▸ **What is required**
The entries that follow include a run beginning at the line with "#134=IFCINDEXEDPOLYGONALFACE((2,23,25,4));" and ending at the line with "at: its placement."; restate that run word for word and leave the rest out.

▸ **The data**

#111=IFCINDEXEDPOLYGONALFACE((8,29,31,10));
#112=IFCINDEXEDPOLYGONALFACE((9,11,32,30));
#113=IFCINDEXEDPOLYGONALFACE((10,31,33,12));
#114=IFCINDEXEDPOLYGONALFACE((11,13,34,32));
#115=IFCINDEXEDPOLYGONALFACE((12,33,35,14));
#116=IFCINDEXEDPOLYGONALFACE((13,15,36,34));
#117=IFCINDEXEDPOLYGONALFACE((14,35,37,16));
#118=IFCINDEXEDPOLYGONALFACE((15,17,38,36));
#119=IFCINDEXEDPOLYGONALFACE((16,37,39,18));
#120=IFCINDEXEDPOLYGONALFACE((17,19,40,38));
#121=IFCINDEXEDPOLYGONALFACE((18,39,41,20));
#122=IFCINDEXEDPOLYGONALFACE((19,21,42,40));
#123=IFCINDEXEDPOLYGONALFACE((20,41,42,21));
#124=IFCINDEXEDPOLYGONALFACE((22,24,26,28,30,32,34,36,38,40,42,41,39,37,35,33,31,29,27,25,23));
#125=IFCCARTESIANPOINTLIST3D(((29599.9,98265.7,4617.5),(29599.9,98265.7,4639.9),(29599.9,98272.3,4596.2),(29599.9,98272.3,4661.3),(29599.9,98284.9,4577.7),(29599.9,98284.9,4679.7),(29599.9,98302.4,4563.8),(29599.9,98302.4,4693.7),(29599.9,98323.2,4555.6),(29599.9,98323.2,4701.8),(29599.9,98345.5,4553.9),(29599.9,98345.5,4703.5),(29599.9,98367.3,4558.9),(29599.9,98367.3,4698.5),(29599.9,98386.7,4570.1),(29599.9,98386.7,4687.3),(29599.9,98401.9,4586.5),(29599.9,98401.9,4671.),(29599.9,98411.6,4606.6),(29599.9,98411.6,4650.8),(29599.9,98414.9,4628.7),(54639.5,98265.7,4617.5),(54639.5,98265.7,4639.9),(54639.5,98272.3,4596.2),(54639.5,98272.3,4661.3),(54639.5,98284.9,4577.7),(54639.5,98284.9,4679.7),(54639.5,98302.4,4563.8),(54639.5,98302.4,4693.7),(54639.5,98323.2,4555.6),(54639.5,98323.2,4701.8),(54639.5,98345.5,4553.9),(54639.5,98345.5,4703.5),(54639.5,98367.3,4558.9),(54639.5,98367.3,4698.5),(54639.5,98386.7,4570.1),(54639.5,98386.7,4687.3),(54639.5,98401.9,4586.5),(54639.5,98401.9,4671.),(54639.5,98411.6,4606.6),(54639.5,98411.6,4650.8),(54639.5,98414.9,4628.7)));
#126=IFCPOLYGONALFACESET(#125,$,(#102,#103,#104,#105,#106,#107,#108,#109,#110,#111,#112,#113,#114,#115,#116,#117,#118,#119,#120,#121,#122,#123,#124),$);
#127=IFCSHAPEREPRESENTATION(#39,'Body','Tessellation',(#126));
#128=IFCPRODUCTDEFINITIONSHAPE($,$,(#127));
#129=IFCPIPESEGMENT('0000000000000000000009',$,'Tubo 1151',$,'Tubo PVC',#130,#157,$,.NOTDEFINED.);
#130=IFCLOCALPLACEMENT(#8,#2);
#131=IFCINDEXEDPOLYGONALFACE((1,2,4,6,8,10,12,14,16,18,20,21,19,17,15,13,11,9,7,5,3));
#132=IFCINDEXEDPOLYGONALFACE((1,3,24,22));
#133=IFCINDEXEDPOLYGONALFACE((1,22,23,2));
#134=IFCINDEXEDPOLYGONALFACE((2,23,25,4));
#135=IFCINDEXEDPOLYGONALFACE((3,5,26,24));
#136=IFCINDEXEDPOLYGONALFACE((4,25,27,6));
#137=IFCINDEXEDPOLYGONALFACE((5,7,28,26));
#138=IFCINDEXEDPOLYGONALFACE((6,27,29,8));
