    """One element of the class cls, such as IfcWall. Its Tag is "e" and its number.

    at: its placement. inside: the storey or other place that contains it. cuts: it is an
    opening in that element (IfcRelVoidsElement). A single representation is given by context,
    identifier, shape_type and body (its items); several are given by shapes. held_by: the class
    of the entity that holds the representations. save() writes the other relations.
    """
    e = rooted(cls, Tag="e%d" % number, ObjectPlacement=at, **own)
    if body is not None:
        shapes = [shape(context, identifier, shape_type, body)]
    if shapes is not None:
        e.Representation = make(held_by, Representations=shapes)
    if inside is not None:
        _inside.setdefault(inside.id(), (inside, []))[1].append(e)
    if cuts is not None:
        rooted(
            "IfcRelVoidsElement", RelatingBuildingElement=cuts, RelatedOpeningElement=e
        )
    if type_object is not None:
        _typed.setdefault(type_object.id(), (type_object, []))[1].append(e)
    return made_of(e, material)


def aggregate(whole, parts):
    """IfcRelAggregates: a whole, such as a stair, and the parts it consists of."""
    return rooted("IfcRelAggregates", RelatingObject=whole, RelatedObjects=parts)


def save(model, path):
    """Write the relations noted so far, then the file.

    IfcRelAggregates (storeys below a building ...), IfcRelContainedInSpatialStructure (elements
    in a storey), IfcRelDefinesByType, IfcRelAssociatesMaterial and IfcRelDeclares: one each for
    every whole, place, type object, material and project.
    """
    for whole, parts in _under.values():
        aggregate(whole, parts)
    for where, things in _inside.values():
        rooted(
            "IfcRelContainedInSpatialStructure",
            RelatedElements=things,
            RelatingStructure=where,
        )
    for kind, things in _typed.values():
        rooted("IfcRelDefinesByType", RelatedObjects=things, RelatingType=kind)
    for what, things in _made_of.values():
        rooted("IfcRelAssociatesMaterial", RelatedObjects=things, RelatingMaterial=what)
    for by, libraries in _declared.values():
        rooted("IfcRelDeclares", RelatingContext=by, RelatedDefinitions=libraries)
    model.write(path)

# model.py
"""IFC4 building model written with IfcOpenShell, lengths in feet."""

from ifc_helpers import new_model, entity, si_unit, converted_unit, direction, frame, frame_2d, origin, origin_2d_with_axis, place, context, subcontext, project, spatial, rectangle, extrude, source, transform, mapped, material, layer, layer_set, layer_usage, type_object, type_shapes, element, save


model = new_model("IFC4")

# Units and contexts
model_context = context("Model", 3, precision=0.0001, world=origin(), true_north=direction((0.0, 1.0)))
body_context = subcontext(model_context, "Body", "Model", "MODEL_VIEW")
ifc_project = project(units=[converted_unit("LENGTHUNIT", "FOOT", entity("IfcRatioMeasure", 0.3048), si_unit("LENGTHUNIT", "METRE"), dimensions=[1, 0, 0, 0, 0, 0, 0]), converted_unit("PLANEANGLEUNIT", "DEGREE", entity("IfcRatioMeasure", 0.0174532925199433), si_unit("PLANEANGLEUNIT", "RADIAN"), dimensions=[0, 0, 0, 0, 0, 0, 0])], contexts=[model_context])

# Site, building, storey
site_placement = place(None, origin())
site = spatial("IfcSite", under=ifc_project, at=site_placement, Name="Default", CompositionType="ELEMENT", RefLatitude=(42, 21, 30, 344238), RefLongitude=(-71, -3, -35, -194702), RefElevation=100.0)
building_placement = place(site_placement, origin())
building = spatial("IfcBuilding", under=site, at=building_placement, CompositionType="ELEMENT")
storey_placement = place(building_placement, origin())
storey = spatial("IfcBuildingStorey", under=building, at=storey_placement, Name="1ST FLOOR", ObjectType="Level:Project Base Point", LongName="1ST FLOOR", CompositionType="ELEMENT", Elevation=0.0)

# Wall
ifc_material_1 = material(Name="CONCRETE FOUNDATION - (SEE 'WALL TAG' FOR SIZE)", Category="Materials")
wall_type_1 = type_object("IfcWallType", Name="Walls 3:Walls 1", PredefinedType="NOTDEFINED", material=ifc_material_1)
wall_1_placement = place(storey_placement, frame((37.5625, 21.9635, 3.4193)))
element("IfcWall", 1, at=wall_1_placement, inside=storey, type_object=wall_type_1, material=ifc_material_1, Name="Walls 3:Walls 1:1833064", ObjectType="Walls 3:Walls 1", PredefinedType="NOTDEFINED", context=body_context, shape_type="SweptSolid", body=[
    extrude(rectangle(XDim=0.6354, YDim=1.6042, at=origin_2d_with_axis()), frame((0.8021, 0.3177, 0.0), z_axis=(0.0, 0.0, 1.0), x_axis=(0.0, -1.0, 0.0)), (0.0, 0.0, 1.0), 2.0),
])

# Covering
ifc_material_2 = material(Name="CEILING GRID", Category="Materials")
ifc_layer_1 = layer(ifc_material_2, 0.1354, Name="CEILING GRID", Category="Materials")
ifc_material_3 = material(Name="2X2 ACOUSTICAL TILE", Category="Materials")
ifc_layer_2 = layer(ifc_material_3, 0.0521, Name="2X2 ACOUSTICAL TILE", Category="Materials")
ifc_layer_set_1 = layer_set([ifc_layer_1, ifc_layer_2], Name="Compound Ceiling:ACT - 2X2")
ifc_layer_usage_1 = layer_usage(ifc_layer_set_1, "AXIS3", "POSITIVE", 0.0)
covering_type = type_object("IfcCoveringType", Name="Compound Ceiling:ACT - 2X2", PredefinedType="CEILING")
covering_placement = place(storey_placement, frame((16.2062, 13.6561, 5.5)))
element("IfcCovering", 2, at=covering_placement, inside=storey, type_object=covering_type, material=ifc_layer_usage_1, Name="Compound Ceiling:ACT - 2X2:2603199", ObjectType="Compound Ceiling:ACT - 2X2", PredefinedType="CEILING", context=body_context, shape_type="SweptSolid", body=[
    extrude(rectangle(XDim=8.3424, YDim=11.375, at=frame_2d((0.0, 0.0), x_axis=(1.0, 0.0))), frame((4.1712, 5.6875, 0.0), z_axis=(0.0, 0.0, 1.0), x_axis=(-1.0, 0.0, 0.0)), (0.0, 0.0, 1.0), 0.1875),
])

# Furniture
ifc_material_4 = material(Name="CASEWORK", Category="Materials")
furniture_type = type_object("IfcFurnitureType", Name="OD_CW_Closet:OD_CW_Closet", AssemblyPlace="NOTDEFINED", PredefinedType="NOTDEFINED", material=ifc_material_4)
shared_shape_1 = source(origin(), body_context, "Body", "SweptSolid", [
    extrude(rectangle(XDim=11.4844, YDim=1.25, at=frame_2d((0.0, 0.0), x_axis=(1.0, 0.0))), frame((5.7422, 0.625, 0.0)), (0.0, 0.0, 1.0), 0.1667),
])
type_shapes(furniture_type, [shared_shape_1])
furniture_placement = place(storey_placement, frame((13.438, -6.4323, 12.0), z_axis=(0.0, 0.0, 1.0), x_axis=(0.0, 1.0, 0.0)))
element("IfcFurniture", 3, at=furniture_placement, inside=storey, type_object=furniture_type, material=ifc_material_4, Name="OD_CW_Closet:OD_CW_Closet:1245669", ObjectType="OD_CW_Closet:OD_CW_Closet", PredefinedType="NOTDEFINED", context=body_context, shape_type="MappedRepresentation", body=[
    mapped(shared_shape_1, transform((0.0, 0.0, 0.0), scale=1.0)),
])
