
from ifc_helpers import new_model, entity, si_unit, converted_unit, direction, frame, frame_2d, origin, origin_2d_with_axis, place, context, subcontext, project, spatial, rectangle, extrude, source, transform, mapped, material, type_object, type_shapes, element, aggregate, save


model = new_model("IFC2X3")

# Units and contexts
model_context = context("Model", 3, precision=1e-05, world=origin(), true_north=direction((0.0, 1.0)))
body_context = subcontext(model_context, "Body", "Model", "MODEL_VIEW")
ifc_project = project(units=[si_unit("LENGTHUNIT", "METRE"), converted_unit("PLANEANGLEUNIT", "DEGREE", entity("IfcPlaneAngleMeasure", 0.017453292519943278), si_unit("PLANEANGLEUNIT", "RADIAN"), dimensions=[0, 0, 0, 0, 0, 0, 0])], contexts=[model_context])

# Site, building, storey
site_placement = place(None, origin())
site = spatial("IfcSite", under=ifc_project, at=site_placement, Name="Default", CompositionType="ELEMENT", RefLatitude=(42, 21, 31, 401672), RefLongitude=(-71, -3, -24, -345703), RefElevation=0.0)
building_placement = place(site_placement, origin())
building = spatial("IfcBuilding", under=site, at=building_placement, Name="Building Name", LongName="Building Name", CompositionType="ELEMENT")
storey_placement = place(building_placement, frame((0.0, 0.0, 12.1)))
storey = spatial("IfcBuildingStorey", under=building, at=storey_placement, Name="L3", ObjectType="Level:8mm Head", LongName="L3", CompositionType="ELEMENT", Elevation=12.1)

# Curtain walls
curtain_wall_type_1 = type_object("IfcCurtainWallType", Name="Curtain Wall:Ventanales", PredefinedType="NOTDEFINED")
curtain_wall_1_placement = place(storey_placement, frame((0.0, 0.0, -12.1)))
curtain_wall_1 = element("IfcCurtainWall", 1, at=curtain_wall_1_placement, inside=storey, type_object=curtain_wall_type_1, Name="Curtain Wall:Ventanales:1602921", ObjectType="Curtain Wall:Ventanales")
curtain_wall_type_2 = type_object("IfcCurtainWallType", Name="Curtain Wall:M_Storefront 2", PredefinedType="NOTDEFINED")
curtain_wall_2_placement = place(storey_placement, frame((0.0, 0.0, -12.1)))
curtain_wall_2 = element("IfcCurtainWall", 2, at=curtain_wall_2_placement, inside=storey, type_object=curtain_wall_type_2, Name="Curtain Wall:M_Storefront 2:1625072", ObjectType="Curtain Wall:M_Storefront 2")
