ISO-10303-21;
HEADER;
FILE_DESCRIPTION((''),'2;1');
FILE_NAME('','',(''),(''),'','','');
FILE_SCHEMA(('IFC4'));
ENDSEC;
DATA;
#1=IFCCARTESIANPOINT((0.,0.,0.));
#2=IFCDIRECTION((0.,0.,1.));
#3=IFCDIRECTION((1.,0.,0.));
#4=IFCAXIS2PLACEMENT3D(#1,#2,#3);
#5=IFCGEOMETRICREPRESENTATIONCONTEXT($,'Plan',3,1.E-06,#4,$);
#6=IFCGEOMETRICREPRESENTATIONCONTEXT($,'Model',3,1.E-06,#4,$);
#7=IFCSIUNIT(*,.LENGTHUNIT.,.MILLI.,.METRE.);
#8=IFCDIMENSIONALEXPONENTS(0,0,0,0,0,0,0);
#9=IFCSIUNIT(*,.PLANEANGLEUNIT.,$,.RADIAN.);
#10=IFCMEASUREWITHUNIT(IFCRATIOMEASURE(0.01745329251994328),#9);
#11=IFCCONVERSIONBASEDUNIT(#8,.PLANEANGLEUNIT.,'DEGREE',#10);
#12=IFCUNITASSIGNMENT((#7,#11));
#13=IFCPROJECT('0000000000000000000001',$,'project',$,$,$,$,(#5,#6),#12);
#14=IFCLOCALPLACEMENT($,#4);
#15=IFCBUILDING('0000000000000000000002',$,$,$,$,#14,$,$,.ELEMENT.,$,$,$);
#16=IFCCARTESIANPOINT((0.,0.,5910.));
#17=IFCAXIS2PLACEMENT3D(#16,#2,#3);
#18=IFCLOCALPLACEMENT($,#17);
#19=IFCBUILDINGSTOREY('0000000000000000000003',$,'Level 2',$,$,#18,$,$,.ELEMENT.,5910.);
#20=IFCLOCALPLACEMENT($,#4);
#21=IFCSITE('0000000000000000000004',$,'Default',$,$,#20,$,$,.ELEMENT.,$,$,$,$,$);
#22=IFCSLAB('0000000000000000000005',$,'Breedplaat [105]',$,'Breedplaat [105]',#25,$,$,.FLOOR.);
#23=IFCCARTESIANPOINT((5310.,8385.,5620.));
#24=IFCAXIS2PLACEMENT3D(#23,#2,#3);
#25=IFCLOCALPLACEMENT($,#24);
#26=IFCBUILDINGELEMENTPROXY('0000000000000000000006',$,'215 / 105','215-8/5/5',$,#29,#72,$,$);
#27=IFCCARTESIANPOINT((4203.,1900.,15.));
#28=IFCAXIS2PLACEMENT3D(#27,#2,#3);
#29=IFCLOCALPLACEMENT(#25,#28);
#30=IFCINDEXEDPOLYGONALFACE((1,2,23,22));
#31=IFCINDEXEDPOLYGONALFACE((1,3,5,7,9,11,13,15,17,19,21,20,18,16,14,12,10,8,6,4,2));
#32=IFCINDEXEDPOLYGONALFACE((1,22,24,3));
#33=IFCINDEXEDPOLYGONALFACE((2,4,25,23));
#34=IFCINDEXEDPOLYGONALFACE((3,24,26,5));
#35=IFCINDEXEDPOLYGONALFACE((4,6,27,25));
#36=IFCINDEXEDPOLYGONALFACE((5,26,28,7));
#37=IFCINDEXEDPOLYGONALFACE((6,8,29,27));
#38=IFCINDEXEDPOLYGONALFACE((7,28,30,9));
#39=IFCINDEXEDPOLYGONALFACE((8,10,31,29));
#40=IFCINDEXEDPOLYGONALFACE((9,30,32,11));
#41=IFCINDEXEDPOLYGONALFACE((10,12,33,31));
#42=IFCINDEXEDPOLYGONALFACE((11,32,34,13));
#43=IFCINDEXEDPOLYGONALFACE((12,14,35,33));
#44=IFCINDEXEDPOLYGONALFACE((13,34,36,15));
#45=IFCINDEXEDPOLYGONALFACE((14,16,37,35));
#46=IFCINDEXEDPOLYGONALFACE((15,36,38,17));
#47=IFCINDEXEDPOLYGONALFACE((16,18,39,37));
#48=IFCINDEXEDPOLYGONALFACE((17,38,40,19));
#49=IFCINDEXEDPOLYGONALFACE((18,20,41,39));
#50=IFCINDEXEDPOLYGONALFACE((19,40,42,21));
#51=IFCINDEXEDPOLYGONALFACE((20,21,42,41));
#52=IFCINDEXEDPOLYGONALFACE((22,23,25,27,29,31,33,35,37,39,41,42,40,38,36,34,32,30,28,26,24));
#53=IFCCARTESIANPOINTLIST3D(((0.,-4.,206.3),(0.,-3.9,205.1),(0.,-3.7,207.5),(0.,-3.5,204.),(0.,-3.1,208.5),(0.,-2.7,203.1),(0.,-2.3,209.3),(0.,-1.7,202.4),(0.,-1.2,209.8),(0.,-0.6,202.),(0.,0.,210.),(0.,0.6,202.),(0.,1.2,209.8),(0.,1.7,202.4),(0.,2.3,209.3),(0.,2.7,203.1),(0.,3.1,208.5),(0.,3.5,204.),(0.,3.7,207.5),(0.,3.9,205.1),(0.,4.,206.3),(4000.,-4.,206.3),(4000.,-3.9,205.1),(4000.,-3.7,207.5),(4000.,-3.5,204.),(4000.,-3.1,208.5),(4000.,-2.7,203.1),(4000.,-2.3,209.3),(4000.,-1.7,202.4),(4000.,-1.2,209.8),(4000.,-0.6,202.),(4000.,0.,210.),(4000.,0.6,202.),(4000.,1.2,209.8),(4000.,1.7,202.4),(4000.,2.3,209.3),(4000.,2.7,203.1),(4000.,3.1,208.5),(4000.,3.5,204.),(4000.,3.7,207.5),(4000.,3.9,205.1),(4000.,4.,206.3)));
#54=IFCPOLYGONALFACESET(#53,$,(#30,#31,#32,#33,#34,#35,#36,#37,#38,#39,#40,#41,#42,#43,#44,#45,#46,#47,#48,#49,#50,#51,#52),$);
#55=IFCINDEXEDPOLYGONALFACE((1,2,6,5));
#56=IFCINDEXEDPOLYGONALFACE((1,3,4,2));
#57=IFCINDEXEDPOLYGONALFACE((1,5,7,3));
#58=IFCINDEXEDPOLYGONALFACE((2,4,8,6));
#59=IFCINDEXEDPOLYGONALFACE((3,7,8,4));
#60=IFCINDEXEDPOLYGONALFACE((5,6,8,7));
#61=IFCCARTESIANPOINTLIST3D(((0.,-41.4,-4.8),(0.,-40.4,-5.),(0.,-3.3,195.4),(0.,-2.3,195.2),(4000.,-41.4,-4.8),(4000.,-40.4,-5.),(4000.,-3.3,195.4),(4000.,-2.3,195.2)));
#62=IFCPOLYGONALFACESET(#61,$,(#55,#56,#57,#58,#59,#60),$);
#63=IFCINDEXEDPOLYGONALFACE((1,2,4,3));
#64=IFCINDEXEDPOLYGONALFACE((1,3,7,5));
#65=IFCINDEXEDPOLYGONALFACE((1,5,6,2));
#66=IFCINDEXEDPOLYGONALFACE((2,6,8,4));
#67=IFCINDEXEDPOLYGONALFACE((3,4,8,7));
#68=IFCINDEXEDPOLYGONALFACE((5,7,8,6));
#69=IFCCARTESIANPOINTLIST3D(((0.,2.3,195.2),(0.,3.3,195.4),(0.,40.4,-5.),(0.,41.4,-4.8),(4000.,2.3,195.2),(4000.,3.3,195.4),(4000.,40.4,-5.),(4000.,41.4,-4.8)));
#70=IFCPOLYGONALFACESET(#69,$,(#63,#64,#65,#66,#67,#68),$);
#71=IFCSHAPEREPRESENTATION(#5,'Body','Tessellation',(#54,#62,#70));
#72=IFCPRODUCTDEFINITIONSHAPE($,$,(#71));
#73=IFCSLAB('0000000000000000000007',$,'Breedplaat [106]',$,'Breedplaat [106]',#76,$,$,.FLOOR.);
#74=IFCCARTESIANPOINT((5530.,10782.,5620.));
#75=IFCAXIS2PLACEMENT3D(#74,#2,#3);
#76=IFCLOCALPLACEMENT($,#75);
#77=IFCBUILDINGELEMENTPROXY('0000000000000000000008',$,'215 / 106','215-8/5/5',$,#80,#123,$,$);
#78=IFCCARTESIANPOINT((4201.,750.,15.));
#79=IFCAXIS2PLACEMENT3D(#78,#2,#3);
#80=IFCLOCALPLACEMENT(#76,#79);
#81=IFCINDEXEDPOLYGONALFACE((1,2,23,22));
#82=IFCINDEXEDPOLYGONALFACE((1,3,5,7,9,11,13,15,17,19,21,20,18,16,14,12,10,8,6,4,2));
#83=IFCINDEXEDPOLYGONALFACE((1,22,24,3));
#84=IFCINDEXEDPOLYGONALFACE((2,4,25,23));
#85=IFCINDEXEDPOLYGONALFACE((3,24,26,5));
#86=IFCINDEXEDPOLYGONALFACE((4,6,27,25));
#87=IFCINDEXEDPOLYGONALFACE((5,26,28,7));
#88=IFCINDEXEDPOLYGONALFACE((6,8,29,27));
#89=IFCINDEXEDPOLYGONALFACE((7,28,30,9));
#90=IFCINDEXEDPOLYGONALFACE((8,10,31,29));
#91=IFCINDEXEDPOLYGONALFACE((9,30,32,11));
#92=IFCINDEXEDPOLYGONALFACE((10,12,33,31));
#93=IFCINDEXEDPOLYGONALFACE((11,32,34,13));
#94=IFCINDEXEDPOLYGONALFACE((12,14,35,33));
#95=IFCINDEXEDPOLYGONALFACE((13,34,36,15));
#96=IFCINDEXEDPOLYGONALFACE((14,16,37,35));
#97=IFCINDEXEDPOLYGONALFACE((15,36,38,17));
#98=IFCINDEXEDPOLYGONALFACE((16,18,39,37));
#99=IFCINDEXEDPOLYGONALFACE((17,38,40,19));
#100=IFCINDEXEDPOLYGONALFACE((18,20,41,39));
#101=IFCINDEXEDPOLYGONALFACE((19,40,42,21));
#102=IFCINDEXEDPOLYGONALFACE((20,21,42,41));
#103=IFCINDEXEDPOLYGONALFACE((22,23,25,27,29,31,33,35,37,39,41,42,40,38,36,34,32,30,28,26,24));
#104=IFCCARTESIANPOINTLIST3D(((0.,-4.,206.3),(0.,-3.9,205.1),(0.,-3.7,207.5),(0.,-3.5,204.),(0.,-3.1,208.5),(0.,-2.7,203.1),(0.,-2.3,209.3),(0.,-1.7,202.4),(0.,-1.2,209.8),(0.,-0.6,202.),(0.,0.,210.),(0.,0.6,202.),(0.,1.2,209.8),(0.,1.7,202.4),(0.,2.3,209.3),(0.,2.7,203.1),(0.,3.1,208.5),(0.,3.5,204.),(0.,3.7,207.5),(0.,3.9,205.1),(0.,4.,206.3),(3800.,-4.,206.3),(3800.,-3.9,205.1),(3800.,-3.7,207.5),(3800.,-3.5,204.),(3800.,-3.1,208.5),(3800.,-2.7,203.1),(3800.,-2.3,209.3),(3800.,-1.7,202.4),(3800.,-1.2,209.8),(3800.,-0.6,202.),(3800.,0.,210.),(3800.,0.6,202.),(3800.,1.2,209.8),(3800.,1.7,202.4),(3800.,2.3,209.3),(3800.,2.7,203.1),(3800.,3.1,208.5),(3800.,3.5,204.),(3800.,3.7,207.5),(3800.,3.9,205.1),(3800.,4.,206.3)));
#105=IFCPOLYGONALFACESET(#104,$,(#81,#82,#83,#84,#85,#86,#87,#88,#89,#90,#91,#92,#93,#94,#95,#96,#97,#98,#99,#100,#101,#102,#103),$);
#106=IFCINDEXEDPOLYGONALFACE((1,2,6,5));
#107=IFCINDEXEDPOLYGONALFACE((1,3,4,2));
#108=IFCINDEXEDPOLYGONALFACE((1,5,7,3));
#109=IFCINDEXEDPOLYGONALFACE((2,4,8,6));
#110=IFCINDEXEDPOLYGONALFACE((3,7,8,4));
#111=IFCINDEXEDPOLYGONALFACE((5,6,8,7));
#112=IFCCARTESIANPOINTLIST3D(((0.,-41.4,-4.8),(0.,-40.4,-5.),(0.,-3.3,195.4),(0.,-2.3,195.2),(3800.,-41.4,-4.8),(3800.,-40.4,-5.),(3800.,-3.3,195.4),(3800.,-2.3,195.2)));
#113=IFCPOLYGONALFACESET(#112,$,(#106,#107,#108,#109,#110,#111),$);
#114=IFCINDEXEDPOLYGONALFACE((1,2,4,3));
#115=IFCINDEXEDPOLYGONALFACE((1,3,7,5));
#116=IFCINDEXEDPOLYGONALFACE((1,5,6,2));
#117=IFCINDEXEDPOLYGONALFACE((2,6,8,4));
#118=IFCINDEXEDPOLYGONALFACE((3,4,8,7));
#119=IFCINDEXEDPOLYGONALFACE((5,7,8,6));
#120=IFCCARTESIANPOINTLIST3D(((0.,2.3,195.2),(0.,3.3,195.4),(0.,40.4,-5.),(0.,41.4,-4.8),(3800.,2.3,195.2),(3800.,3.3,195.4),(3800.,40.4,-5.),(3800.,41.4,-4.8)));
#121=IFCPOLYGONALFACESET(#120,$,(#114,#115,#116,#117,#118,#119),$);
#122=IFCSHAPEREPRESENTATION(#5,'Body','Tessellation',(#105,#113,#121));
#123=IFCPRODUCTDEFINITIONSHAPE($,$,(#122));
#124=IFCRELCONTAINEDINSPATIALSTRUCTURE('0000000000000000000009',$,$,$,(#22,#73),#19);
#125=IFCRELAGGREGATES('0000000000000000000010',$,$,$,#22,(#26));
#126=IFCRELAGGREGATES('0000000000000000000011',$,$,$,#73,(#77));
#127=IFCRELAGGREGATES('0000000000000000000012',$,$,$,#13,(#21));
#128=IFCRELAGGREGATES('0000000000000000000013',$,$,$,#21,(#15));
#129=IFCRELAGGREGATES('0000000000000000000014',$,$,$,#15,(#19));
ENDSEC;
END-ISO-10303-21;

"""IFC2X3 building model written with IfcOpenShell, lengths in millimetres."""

from ifc_helpers import new_model, entity, si_unit, converted_unit, frame, origin_with_axes, origin_2d_with_axis, place, context, project, spatial, rectangle, circle, extrude, element, aggregate, save


model = new_model("IFC2X3")

# Units and contexts
plan_context = context("Plan", 3, precision=1e-06, world=origin_with_axes())
model_context = context("Model", 3, precision=1e-06, world=origin_with_axes())
ifc_project = project(units=[si_unit("LENGTHUNIT", "METRE", prefix="MILLI"), converted_unit("PLANEANGLEUNIT", "DEGREE", entity("IfcRatioMeasure", 0.01745329251994328), si_unit("PLANEANGLEUNIT", "RADIAN"), dimensions=[0, 0, 0, 0, 0, 0, 0])], contexts=[plan_context, model_context])

# Site, building, storey
site_placement = place(None, origin_with_axes())
site = spatial("IfcSite", under=ifc_project, at=site_placement, Name="Default", CompositionType="ELEMENT")
building_placement = place(None, origin_with_axes())
building = spatial("IfcBuilding", under=site, at=building_placement, CompositionType="ELEMENT")
storey_placement = place(None, frame((0.0, 0.0, 5910.0), z_axis=(0.0, 0.0, 1.0), x_axis=(1.0, 0.0, 0.0)))
storey = spatial("IfcBuildingStorey", under=building, at=storey_placement, Name="Level 2", CompositionType="ELEMENT", Elevation=5910.0)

▸ **Answer area**
#134=IFCINDEXEDPOLYGONALFACE((2,23,25,4));
#135=IFCINDEXEDPOLYGONALFACE((3,5,26,24));
#136=IFCINDEXEDPOLYGONALFACE((4,25,27,6));
#137=IFCINDEXEDPOLYGONALFACE((5,7,28,26));
#138=IFCINDEXEDPOLYGONALFACE((6,27,29,8));
    """One element of the class cls, such as IfcWall. Its Tag is "e" and its number.

    at: its placement. inside: the storey or other place that contains it. cuts: it is an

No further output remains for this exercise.